• **Exercise details**:
Go through the data and tally the lines that hold the string "Tessellation". Reply with the total alone.

Information given Start Marker

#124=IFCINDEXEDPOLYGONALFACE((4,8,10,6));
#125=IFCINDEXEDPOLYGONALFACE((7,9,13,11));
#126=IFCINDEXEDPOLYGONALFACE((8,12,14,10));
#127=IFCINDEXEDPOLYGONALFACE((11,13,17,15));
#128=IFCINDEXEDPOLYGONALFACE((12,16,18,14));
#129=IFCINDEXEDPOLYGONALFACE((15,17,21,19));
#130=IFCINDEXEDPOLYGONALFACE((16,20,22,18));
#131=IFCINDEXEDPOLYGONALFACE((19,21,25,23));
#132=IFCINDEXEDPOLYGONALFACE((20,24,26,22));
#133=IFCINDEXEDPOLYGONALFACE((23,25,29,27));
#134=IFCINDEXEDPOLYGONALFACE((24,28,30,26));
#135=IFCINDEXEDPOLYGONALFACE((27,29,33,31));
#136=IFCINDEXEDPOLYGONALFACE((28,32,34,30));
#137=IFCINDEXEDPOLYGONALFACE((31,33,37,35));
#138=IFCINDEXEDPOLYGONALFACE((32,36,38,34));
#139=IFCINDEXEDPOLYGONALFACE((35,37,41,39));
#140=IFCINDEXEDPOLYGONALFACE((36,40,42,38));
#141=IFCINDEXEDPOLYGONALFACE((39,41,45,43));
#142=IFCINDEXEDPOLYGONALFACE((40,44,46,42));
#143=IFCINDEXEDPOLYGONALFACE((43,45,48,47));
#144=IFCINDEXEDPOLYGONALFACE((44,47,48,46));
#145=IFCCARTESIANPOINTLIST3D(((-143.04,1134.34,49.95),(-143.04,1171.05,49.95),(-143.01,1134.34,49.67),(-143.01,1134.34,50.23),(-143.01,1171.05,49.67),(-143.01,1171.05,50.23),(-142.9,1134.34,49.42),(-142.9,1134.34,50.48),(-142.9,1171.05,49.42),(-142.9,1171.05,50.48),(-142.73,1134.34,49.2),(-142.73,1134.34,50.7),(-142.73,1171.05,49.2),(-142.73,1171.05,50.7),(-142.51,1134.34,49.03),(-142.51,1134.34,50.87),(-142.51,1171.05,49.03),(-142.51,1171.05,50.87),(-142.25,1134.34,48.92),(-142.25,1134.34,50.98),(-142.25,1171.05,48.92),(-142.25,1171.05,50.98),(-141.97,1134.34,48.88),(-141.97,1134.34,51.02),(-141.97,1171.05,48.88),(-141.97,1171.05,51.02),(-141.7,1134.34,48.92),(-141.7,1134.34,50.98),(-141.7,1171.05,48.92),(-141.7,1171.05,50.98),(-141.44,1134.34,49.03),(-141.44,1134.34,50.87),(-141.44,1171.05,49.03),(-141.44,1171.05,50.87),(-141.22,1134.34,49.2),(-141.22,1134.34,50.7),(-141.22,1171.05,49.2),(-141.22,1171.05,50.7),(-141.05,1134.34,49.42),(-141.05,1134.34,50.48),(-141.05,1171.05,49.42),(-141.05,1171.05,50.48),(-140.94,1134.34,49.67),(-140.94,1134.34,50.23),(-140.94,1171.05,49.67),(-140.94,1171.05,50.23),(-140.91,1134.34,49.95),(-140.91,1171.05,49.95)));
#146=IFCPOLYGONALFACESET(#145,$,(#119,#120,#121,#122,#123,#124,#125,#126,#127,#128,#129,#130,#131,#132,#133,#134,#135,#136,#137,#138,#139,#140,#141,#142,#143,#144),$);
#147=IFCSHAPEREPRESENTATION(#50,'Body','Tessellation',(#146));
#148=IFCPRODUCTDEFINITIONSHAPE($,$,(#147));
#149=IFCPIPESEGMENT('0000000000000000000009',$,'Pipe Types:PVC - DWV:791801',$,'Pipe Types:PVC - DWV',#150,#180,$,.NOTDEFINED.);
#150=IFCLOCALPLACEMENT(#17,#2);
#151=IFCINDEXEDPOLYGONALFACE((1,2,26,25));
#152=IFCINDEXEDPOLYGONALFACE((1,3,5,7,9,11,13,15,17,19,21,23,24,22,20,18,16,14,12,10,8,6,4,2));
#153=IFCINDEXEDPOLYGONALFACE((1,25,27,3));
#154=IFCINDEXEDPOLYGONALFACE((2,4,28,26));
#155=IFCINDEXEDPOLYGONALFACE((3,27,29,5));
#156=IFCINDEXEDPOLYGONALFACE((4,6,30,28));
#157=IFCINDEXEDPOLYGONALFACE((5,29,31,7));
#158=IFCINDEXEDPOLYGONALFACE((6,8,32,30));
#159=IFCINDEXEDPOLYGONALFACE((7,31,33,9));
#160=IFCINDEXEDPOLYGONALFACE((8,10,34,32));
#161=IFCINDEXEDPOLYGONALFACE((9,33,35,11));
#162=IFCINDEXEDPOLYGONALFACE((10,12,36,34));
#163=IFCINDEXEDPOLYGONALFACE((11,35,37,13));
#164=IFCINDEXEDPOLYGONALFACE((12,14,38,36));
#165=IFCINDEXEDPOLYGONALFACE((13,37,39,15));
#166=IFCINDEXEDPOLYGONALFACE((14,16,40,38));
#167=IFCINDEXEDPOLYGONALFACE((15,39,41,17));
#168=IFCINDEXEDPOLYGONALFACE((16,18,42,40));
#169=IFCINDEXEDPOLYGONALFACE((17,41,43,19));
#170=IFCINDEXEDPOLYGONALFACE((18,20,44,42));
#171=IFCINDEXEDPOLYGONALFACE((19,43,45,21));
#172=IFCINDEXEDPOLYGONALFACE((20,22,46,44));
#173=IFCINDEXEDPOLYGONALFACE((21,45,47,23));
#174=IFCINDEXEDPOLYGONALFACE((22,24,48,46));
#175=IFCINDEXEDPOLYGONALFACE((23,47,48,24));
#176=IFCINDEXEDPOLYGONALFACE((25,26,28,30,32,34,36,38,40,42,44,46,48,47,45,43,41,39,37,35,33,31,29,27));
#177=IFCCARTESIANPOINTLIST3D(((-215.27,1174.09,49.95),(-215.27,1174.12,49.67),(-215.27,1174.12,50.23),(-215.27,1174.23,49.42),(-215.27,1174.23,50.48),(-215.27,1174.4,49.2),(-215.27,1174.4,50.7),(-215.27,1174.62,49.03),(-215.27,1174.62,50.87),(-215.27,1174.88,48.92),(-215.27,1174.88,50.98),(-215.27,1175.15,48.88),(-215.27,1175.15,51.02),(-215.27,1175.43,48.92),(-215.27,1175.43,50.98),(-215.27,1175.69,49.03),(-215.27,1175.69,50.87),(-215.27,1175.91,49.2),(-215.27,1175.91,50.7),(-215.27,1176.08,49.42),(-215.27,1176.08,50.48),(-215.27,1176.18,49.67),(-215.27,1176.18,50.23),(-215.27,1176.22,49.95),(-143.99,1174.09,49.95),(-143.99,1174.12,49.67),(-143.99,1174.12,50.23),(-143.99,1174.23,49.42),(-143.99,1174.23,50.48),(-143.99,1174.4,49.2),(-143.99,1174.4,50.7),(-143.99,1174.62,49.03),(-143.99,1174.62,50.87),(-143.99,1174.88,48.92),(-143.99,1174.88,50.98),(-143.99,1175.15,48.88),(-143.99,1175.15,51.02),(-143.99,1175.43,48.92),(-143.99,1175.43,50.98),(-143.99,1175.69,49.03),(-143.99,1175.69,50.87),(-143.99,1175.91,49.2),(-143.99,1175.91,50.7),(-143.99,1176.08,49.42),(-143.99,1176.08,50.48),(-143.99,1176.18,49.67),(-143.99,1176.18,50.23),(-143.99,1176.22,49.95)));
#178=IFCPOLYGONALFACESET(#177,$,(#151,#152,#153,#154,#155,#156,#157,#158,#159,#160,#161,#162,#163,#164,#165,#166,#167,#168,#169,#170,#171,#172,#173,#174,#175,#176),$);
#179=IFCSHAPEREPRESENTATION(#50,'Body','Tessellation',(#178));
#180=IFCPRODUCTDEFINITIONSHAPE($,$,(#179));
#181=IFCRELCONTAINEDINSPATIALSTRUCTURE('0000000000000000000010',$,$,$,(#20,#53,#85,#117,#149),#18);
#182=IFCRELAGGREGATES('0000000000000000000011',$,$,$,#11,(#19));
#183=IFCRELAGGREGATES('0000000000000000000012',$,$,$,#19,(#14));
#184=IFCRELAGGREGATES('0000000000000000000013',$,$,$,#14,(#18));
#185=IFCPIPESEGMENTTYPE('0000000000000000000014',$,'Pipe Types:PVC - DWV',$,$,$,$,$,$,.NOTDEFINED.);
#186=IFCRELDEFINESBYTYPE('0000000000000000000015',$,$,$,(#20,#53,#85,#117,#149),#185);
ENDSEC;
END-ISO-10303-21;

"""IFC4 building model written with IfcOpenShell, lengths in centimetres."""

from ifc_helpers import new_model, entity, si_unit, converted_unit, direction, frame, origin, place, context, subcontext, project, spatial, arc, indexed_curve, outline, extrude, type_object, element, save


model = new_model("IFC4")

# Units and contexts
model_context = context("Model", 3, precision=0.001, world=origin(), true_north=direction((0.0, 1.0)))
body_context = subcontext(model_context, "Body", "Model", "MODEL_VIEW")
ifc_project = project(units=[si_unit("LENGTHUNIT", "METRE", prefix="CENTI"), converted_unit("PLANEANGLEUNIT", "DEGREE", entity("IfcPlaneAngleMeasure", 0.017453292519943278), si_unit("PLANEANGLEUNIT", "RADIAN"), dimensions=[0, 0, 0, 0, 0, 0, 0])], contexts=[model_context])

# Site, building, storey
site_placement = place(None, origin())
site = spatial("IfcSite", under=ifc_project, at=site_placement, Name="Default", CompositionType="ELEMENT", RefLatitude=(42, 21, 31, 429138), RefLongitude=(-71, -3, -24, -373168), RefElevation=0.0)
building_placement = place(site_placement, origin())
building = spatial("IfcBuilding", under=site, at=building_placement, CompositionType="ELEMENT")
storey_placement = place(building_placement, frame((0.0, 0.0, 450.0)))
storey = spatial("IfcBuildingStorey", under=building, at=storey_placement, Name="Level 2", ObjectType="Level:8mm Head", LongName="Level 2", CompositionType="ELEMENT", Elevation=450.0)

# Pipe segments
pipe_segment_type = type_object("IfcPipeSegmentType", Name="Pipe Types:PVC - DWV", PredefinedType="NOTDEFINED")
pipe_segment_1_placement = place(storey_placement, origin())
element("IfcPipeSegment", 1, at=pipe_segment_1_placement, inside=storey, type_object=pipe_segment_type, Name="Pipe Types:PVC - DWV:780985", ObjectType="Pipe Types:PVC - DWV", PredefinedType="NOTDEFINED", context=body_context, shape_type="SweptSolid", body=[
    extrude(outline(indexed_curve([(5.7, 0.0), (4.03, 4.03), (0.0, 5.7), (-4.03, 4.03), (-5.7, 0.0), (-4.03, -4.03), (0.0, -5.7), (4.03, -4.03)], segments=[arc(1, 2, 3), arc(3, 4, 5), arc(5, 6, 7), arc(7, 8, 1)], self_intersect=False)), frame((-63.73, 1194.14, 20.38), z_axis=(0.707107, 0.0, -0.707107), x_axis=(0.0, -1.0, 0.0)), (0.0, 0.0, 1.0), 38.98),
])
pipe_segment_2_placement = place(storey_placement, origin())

Information given End Marker

• **Result of this task**:
2